God bless you and I will keep you in mind as I pursue my license.

Renee said...

Hello Jennifer and anonymous;

Been a while since I've been around - my whole family was in a car accident on Easter Sunday - but anyways.

I'm sorry to hear about your experiances in these seriously messed up churches. I too was in a cult type religious group once - but my experiance was not like yours.

Jen - I'm glad you are going ahead to pursue your Masters in Social Work. I think it's true so many people need help out of these types of situations. And yes; I think many of us would be surprised at a lot of "churches" dirty little secrets.

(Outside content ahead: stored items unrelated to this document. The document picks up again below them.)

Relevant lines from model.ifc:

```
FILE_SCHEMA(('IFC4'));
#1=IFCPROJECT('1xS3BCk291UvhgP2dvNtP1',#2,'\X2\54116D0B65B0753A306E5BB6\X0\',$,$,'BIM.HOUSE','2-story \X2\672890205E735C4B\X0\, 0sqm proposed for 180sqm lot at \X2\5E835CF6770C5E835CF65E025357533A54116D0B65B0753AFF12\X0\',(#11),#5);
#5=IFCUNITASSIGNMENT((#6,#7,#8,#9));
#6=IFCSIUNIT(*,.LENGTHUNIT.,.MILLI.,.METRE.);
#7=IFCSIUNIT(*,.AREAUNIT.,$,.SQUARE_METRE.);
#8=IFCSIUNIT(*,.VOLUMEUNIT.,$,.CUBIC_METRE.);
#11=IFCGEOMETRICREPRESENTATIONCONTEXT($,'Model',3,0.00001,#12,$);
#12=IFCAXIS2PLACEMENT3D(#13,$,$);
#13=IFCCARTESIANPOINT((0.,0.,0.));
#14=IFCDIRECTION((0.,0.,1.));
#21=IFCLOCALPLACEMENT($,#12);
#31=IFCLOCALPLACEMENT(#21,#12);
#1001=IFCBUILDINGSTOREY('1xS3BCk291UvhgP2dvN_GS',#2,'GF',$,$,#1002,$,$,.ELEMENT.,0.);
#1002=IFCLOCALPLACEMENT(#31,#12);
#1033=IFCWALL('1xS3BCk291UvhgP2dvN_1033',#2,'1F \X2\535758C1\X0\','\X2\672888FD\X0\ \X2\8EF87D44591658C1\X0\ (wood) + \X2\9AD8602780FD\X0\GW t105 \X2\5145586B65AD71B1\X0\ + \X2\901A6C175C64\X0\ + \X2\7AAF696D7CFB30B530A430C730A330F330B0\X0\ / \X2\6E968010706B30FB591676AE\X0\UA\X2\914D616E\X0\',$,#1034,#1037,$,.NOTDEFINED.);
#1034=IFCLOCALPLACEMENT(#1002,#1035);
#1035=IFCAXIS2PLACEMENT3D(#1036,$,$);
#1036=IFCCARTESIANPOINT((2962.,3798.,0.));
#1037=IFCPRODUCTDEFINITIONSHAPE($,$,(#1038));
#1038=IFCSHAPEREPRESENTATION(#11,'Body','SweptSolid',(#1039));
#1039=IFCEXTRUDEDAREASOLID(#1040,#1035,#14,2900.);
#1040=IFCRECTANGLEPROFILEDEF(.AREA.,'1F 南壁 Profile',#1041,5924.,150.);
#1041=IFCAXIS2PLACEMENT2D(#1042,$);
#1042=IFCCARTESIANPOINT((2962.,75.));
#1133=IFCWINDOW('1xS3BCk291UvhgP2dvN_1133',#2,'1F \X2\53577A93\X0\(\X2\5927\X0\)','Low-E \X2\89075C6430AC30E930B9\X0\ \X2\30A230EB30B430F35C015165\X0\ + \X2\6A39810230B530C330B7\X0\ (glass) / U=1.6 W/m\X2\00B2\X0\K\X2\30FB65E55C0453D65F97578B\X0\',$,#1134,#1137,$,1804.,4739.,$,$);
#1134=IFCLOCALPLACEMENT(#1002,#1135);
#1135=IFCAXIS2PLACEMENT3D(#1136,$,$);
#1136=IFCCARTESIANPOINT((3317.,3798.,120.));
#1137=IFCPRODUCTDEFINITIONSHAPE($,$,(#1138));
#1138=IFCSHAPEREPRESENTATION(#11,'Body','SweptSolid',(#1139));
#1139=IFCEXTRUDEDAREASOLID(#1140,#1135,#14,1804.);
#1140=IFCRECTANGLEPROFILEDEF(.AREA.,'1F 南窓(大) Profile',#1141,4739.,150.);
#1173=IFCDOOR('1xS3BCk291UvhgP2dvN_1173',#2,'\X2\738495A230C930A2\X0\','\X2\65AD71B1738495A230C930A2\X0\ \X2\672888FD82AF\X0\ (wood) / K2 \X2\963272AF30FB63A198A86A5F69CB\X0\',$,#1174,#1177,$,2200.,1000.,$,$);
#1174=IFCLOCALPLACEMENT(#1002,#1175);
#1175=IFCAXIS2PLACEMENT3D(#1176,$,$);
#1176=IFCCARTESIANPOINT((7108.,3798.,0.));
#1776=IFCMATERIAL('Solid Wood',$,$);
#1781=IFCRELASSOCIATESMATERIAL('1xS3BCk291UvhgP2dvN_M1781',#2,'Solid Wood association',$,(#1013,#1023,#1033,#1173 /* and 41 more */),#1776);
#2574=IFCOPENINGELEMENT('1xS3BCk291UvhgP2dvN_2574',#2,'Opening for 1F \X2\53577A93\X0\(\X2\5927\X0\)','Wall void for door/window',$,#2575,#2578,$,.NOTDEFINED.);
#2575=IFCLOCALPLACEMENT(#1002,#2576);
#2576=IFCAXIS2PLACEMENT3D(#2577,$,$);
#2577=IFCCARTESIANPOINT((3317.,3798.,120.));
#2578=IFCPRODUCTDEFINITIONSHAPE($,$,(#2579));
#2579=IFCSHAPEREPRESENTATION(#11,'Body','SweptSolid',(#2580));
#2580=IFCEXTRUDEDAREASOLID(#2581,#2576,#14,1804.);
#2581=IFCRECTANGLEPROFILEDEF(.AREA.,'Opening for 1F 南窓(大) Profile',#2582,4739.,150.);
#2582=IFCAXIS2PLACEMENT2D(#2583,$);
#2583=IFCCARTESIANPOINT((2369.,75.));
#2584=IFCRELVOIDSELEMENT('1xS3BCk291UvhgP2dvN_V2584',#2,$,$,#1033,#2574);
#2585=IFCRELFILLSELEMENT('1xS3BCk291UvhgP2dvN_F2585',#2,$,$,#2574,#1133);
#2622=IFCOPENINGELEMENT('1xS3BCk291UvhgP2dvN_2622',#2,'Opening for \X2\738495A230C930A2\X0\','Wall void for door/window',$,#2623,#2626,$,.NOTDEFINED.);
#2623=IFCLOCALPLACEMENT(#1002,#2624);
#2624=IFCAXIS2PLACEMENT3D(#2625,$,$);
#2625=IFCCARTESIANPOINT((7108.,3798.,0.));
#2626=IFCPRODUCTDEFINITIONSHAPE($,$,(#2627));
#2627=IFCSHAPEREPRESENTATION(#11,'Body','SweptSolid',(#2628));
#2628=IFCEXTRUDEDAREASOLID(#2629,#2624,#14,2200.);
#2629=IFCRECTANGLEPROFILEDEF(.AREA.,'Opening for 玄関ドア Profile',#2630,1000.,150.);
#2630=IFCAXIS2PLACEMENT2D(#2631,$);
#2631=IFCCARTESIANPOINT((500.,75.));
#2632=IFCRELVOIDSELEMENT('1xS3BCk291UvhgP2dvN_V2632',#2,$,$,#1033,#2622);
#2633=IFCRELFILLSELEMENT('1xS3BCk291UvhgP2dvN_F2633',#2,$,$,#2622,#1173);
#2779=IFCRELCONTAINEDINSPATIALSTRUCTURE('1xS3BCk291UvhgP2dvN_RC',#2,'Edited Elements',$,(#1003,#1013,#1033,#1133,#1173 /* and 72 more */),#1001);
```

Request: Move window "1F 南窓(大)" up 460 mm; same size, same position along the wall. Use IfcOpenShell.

```python
import numpy as np
import ifcopenshell
import ifcopenshell.api.geometry
import ifcopenshell.util.placement
import ifcopenshell.util.unit

model = ifcopenshell.open("model.ifc")
unit_scale = ifcopenshell.util.unit.calculate_unit_scale(model)

window = model.by_id(1133)
opening = window.FillsVoids[0].RelatingOpeningElement
dz = 0.46 / unit_scale

shift = np.array([0.0, 0.0, dz])
# The window is not placed relative to its opening, so move both.
for product in (opening, window):
    matrix = ifcopenshell.util.placement.get_local_placement(product.ObjectPlacement)
    matrix[:3, 3] += shift
    ifcopenshell.api.geometry.edit_object_placement(model, product=product, matrix=matrix, is_si=False)

print(f"moved by {dz * unit_scale:+.3f} m")

model.write("model_updated.ifc")
```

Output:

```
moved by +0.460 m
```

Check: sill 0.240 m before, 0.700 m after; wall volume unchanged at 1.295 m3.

Any how; as far as churches go - I'm pretty happy where I am. I'm in an Orthodox Presbyterian church and this particular church is one of the few I've been too who's actually endevered to help me with my Autistic child as oppsed to accusing me for his behaviors. That is another area I think people get stuck in legalism - tryig to have the perfect looking family. All the kids are all lined up - nicely dressed and well behaved. (While mine is running around like a maniac - lol. That used to bother me a lot - but it doesn't so much any more.)

So yes, I think we have to be more greatful for the "good" churches - even the "mediochor" (sp?) ones for that matter!

Any ways - what a grace it really is that we aren't lost in these types of experiances!